Monetary Loss from Fraudulent Email Scheme Triggers Coverage Under Business Owners’ Policy
A Montana federal district court has ruled that a false pretense exclusion did not preclude coverage under a crime policy for monetary losses resulting from a fraudulent email scheme, reasoning that the exclusion was ambiguous. Ad Advert. Design, Inc. v. Sentinel Ins. Co., 2018 WL 4621744 (D. Mont. Sept. 26, 2018). The court also held that further briefing was necessary to determine the amount recoverable under the policy.
In 2016, the insured advertising company fell victim to a fraudulent email scheme. Over a three-week period, the insured’s operations manager received a series of emails from someone purporting to be the president of the company. Each email requested that the manager initiate a separate wire transaction. Believing that the emails were legitimate, the manager submitted written requests to the company’s bank to transfer the money to the designated bank account. The employee transferred approximately $115,000 in total. After the company determined that the emails were fraudulent and that it would not be able to claw back the lost funds, it sought coverage under its business owners’ policy. The insurer declined coverage based on the policy’s “False Pretense” exclusion.
In the litigation that followed, the court ruled that the false pretense exclusion was ambiguous and therefore did not apply. The exclusion barred coverage for “physical loss or physical damage caused by or resulting from . . . [v]oluntary parting with any property by [the company] if induced to do so by any fraudulent scheme, trick, device or false pretense.” The parties disagreed about whether the company suffered a “physical loss” because the money lost was in the form of intangible electronic funds. Citing to case law and other policy provisions, the court ultimately found that there were two different reasonable interpretations, and thus according to Montana law, the ambiguity must be construed against the insurer. Next, the court found that two sections of the policy afforded coverage for the loss, while a third coverage part, which expressly required that the loss be “physical loss,” did not apply.

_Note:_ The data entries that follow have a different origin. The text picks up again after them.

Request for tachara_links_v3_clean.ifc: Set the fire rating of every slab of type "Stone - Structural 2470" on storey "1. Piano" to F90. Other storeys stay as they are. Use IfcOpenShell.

First a look at what the model holds.

```python
import ifcopenshell
import ifcopenshell.util.element

model = ifcopenshell.open("tachara_links_v3_clean.ifc")
print(model.schema)
storey = next(s for s in model.by_type("IfcBuildingStorey") if s.Name == "1. Piano")
slabs = [e for e in ifcopenshell.util.element.get_decomposition(storey) if e.is_a("IfcSlab")]
seen = {}
for e in slabs:
    element_type = ifcopenshell.util.element.get_type(e)
    key = (element_type.Name if element_type != e and element_type else None, ifcopenshell.util.element.get_pset(e, "Pset_SlabCommon", "FireRating"))
    seen[key] = seen.get(key, 0) + 1
for (name, value), count in sorted(seen.items(), key=str):
    print(count, "x", name, "|", value)
```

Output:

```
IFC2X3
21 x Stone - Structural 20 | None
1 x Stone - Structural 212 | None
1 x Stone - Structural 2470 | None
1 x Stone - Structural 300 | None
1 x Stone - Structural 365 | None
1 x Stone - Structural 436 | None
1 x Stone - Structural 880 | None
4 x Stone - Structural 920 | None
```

```python
import ifcopenshell
import ifcopenshell.api.pset
import ifcopenshell.util.element

model = ifcopenshell.open("tachara_links_v3_clean.ifc")

storey = next(s for s in model.by_type("IfcBuildingStorey") if s.Name == "1. Piano")
slabs = [e for e in ifcopenshell.util.element.get_decomposition(storey) if e.is_a("IfcSlab")]

count = 0
for e in slabs:
    element_type = ifcopenshell.util.element.get_type(e)
    if element_type in (None, e) or element_type.Name != "Stone - Structural 2470":
        continue
    # add_pset returns the element's existing set when there is one.
    pset = ifcopenshell.api.pset.add_pset(model, product=e, name="Pset_SlabCommon")
    ifcopenshell.api.pset.edit_pset(model, pset=pset, properties={"FireRating": "F90"})
    count += 1

print(count, "slabs updated")

model.write("tachara_links_v3_clean_rev.ifc")
```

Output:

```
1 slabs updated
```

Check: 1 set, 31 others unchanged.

Having determined that the policy afforded coverage, the court then addressed the amount of the loss that the company had the right to recover. The policy provided that the insured was entitled to a specified amount “per occurrence.” While the company argued that there were four separate thefts and therefore four occurrences, the insurer contended that the four transfers represented a series of related acts and thus a single occurrence. Finding that this part of the case was not fully developed, the court instructed the parties to address the occurrence issue in separate briefing.